``````ZipperTree
==========
Provides traversal and modification methods for variadic arity tree's. All
methods maintain an active 'cursor' or focus in the tree. The methods will
also technically work for lists too - I guess, if you're into that sorta
thing.

All traversal and insertion methods happen in constant time with exception to
up, which is porportional to how many nodes were junior to the current subtree.

This is an implementation of Gérard Huet's tree with a zipper (originally
published in [Functional Pearl: The
essentially a direct conversion of the published oocaml code to elixir.

## WTF is a Zipper
A zipper is a novel method for encoding a focus, or position state of a collection
in purely functional languages.

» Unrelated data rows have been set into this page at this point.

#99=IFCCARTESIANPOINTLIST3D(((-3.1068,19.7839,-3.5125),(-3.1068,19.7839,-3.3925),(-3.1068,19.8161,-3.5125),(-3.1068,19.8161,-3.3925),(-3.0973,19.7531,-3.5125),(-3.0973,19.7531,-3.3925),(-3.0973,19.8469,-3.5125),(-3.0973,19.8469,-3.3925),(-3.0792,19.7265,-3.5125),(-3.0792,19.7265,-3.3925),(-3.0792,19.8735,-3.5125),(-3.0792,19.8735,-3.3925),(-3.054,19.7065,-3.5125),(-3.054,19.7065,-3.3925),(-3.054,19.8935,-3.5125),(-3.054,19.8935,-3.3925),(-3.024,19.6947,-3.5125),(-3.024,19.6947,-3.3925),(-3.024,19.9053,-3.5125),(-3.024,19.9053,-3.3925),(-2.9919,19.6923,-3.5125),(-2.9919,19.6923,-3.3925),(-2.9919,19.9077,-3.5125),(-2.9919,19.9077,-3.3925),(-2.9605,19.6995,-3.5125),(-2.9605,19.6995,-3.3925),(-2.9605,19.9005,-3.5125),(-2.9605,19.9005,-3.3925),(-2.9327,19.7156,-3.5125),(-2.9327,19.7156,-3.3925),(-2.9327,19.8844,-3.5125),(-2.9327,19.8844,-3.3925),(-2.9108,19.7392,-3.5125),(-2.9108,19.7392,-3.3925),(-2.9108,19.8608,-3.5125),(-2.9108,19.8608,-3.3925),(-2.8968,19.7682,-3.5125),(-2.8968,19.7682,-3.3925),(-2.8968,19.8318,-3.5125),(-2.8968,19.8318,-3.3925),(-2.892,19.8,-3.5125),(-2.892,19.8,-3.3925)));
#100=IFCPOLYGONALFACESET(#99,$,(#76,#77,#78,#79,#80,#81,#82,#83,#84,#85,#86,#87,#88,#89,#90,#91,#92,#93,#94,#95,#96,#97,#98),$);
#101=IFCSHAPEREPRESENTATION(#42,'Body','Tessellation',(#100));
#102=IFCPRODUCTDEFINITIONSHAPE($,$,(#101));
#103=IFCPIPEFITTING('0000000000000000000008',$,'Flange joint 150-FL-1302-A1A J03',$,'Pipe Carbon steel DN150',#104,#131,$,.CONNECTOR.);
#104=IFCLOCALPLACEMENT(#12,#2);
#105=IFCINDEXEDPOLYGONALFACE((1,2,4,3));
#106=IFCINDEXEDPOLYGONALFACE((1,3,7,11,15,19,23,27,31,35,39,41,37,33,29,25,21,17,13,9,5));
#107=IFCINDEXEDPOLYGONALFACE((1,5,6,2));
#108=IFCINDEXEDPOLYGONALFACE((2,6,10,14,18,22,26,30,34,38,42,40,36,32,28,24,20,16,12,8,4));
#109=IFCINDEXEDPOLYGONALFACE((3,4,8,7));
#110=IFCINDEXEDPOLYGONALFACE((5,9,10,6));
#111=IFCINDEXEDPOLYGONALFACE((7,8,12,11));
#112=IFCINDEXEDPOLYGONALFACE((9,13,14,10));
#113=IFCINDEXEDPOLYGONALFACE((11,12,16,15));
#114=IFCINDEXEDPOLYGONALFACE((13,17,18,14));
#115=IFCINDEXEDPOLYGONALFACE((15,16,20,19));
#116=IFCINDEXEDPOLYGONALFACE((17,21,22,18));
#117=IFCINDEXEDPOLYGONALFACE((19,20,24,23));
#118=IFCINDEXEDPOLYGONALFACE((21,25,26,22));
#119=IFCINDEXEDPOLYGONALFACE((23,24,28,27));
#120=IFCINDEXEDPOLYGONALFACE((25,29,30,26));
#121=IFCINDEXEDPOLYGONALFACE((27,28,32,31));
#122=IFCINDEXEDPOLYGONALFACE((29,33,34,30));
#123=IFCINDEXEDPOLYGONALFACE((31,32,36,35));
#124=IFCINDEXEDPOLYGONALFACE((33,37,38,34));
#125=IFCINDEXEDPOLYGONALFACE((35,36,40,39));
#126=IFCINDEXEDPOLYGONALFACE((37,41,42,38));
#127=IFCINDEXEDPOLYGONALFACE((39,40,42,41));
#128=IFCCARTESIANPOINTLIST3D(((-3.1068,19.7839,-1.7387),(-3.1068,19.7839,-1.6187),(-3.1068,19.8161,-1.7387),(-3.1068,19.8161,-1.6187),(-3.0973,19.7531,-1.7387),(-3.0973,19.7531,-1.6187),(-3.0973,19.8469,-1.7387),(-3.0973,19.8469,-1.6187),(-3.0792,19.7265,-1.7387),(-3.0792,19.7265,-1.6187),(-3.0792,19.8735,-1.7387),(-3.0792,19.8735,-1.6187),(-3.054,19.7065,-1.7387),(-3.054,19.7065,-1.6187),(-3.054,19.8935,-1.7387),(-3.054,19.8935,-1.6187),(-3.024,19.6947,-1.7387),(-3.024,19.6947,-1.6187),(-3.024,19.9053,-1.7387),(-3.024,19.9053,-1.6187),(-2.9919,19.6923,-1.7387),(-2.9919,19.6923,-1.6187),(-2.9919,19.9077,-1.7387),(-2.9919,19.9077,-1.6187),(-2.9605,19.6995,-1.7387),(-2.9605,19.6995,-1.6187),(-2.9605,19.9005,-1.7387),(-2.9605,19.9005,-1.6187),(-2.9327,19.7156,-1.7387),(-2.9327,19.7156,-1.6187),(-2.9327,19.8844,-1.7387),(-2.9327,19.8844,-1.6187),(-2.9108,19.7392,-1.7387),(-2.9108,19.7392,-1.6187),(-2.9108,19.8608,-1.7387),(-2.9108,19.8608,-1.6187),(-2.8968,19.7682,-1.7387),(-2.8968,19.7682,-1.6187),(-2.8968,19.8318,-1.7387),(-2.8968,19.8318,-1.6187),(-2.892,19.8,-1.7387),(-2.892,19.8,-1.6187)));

The zipper is an analogy for the process of moving
up and down the structure and how it can be thought of as opening and closing a zipper.
For a better description of the data structure I recommend you read the paper linked
above, although usage does not necessarily require you understand it's implementation.

## Usage

The implementation provided works for trees of variadic arity, simply define a
tree using nested lists
```elixir
iex(3)> import ZipperTree

iex(4)> tree = [
1,
2,
[
3,
4
]
]

[1, 2, [3, 4]]

iex(5)> tree |> nth(3)
%ZipperTree.Loc{loc: [3, 4],
path: %ZipperTree.Node{left: [2, 1], right: [], up: Top}}

iex(6)> tree |> nth(3) |> right
{:error, "right of last"}

iex(7)> tree |> nth(3) |> down
%ZipperTree.Loc{loc: 3,
path: %ZipperTree.Node{left: [], right: [4],
up: %ZipperTree.Node{left: [2, 1], right: [], up: Top}}}

iex(8)> tree |> nth(3) |> down |> right
%ZipperTree.Loc{loc: 4,
path: %ZipperTree.Node{left: [3], right: [],
up: %ZipperTree.Node{left: [2, 1], right: [], up: Top}}}

iex(9)> tree |> nth(3) |> down |> right |> top
%ZipperTree.Loc{loc: [1, 2, [3, 4]], path: Top}

iex(10)> tree |> nth(3) |> down |> right |> change(:sup) |> top
%ZipperTree.Loc{loc: [1, 2, [3, :sup]], path: Top}

iex(11)> tree |> nth(3) |> down |> right |> insert_left(:over_here_now) |> top
%ZipperTree.Loc{loc: [1, 2, [3, :over_here_now, 4]], path: Top}
```

Then move around the tree using `down`, `left`, `right`, `up`, `nth`, `top` and
make modifications with `change`, `insert_down`, `insert_left`, `insert_right`.

For specific method examples check the tests.